A pesquisa em jornalismo

A comunicação tem muitos ramos, o que se observa na própria configuração dos currículos das faculdades e nas propostas dos Programas de Pós-Graduação. O jornalismo, o ramo que inaugura a formação, não se estende com a mesma potência para a pesquisa. Busco responder ao enunciado proposto para essa mesa pensando no jornalismo: O que se investigou ao longo do tempo? Como se investigou e o que podemos observar para comparar?

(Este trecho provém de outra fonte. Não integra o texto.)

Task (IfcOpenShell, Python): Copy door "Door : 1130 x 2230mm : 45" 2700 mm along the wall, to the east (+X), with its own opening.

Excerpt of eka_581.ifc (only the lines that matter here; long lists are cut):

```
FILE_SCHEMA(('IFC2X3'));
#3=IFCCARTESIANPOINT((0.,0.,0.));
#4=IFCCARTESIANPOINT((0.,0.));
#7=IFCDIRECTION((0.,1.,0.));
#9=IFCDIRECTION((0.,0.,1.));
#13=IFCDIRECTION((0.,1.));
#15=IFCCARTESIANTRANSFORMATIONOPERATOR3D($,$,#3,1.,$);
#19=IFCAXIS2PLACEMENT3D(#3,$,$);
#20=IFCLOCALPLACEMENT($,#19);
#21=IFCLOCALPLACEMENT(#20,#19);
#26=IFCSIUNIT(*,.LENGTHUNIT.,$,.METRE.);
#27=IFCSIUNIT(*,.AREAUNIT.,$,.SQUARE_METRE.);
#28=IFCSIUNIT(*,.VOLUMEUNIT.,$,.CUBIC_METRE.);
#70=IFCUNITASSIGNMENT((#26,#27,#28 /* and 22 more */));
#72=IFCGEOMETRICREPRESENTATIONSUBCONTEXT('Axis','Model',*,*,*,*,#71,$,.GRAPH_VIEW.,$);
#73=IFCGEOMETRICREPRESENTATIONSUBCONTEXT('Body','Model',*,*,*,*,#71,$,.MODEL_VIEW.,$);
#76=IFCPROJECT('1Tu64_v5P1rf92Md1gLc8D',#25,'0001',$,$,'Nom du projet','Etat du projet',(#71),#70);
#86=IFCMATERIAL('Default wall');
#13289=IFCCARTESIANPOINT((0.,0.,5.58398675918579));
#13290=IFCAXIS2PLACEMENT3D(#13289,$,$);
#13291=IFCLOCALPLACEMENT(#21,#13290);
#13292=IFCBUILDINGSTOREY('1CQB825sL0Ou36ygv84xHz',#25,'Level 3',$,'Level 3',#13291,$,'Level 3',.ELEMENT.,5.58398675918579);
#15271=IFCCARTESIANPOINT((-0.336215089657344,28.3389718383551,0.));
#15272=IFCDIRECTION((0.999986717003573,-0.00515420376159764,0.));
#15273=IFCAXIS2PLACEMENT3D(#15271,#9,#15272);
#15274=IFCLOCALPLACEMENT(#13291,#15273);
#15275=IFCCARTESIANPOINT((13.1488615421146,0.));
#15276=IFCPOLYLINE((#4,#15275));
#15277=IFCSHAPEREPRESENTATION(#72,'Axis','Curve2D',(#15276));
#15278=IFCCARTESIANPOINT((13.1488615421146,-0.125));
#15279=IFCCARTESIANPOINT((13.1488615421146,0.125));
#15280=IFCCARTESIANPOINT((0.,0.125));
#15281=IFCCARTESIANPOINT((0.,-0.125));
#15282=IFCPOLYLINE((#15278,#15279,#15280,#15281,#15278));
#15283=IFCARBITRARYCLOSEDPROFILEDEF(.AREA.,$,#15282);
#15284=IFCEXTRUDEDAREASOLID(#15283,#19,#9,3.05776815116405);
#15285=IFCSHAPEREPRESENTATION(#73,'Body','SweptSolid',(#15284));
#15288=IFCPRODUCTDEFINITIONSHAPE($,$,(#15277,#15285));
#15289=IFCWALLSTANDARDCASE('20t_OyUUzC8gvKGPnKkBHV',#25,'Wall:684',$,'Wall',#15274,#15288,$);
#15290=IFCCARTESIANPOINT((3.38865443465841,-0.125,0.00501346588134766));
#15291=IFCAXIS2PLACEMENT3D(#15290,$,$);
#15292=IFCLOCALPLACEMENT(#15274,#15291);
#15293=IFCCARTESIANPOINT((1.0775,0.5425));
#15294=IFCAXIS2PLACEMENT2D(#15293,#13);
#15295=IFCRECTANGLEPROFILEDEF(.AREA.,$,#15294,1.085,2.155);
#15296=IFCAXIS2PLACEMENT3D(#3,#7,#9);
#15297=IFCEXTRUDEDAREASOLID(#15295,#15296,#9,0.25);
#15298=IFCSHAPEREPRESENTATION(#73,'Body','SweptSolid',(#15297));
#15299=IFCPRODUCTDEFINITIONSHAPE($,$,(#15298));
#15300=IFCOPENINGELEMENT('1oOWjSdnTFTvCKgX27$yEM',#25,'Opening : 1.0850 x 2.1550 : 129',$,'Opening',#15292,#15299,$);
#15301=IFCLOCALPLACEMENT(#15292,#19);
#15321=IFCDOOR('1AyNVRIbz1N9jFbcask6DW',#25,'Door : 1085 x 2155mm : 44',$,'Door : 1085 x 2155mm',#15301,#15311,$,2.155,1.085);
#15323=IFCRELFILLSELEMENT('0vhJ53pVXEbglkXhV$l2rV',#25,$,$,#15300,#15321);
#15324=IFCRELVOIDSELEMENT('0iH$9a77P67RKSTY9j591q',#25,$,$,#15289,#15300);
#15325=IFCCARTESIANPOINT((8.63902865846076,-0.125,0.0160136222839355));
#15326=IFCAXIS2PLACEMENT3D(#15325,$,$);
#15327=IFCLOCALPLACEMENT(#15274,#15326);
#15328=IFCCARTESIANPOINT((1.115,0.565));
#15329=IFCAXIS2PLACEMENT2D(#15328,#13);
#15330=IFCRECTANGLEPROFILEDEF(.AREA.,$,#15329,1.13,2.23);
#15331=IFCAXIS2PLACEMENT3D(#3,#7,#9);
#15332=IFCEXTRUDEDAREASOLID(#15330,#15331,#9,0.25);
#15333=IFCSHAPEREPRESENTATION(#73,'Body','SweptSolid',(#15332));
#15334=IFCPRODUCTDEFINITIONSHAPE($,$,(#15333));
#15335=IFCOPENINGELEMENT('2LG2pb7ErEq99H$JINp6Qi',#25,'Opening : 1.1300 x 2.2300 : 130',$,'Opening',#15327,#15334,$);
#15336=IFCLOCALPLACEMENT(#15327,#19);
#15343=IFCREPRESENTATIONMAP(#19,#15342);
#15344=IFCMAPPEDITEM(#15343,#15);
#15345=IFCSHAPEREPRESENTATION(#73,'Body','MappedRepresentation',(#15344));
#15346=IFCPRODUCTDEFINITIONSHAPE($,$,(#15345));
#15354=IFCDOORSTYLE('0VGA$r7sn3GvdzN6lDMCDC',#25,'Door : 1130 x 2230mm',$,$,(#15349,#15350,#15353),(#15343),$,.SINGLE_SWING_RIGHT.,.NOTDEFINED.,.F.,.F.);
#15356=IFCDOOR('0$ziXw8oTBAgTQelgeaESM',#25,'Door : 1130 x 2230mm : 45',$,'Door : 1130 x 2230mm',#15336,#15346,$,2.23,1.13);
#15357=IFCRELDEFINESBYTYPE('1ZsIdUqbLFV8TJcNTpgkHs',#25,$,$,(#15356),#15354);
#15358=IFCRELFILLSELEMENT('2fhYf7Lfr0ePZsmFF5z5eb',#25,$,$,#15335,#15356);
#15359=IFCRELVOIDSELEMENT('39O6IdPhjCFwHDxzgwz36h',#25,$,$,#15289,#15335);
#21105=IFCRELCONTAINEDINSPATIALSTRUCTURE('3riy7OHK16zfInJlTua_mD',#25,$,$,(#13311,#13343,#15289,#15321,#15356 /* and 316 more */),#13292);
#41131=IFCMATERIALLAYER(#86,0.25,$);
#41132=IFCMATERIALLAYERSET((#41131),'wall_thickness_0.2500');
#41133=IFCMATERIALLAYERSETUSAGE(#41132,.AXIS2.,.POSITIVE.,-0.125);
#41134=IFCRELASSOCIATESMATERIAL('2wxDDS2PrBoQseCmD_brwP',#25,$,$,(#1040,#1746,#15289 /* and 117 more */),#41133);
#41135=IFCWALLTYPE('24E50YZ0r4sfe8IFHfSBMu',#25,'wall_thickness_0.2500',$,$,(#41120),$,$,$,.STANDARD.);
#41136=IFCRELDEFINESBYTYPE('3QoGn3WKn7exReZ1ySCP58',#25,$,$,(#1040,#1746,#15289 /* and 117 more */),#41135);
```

```python
import ifcopenshell
import ifcopenshell.api.feature
import ifcopenshell.api.geometry
import ifcopenshell.api.root
import ifcopenshell.geom
import ifcopenshell.util.element
import ifcopenshell.util.placement
import ifcopenshell.util.shape

model = ifcopenshell.open("eka_581.ifc")
settings = ifcopenshell.geom.settings()


def volume(element):
    """Net volume in cubic metres, openings subtracted."""
    shape = ifcopenshell.geom.create_shape(settings, element)
    return ifcopenshell.util.shape.get_volume(shape.geometry)


door = model.by_id(15356)
opening = door.FillsVoids[0].RelatingOpeningElement
wall = opening.VoidsElements[0].RelatingBuildingElement
before = volume(wall)
shift = ifcopenshell.util.placement.get_local_placement(wall.ObjectPlacement)[:3, 0] * 2.7

# copy_class copies the void relationship, type, container and properties, but no geometry.
new_opening = ifcopenshell.api.root.copy_class(model, product=opening)
new_opening.Representation = ifcopenshell.util.element.copy_deep(
    model, opening.Representation, exclude=["IfcGeometricRepresentationContext", "IfcRepresentationMap"]
)
new_opening.Name = "Opening : 1.1300 x 2.2300"
new_door = ifcopenshell.api.root.copy_class(model, product=door)
new_door.Representation = ifcopenshell.util.element.copy_deep(
    model, door.Representation, exclude=["IfcGeometricRepresentationContext", "IfcRepresentationMap"]
)
new_door.Name = "Door : 1130 x 2230mm"
fills = ifcopenshell.api.feature.add_filling(model, opening=new_opening, element=new_door)
fills.OwnerHistory = new_door.OwnerHistory  # required in IFC2X3

for old, new in ((opening, new_opening), (door, new_door)):
    matrix = ifcopenshell.util.placement.get_local_placement(old.ObjectPlacement)
    matrix[:3, 3] += shift
    ifcopenshell.api.geometry.edit_object_placement(model, product=new, matrix=matrix, is_si=False)

after = volume(wall)

print(f"wall volume {before:.3f} -> {after:.3f} m3")

model.write("eka_581_edited.ifc")
```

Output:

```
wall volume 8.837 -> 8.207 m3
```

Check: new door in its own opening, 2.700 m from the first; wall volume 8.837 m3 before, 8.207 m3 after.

A primeira constatação é a da ausência de pesquisas compartilhadas como se realizam nos ramos da recepção e da telenovela. Também constato pouca circulação de autores ou referências seminais. Nos processos de seleção dos programas da pós-graduação em jornalismo no Brasil, por exemplo, não há um autor latino-americano indicado.

No entanto, a ausência de pesquisa compartilhada e de incorporação de referências bibliográficas comuns não significa a inexistência de formulações comuns, de temáticas, conceitos e perspectivas metodológicas que se expressam de um mesmo jeito, que indicam caminhos semelhantes. Cada tempo histórico gesta não só um ambiente cultural que se repete em diferentes países e regiões como interpretações desse tempo também circulam e guardam similitudes.

Tomei como um pequeno corpus, lugares por onde passei neste último período: I Congresso Internacional de Periodismo realizado pelo Ciespal em maio de 2016, que tinha por tema Convergencias mediáticas y nueva narrativa latino-americana e o GT de jornalismo da Associación Latino- americana de Investigacion em Comunicación (ALAIC) na edição de Lima (2014) e do México (2016).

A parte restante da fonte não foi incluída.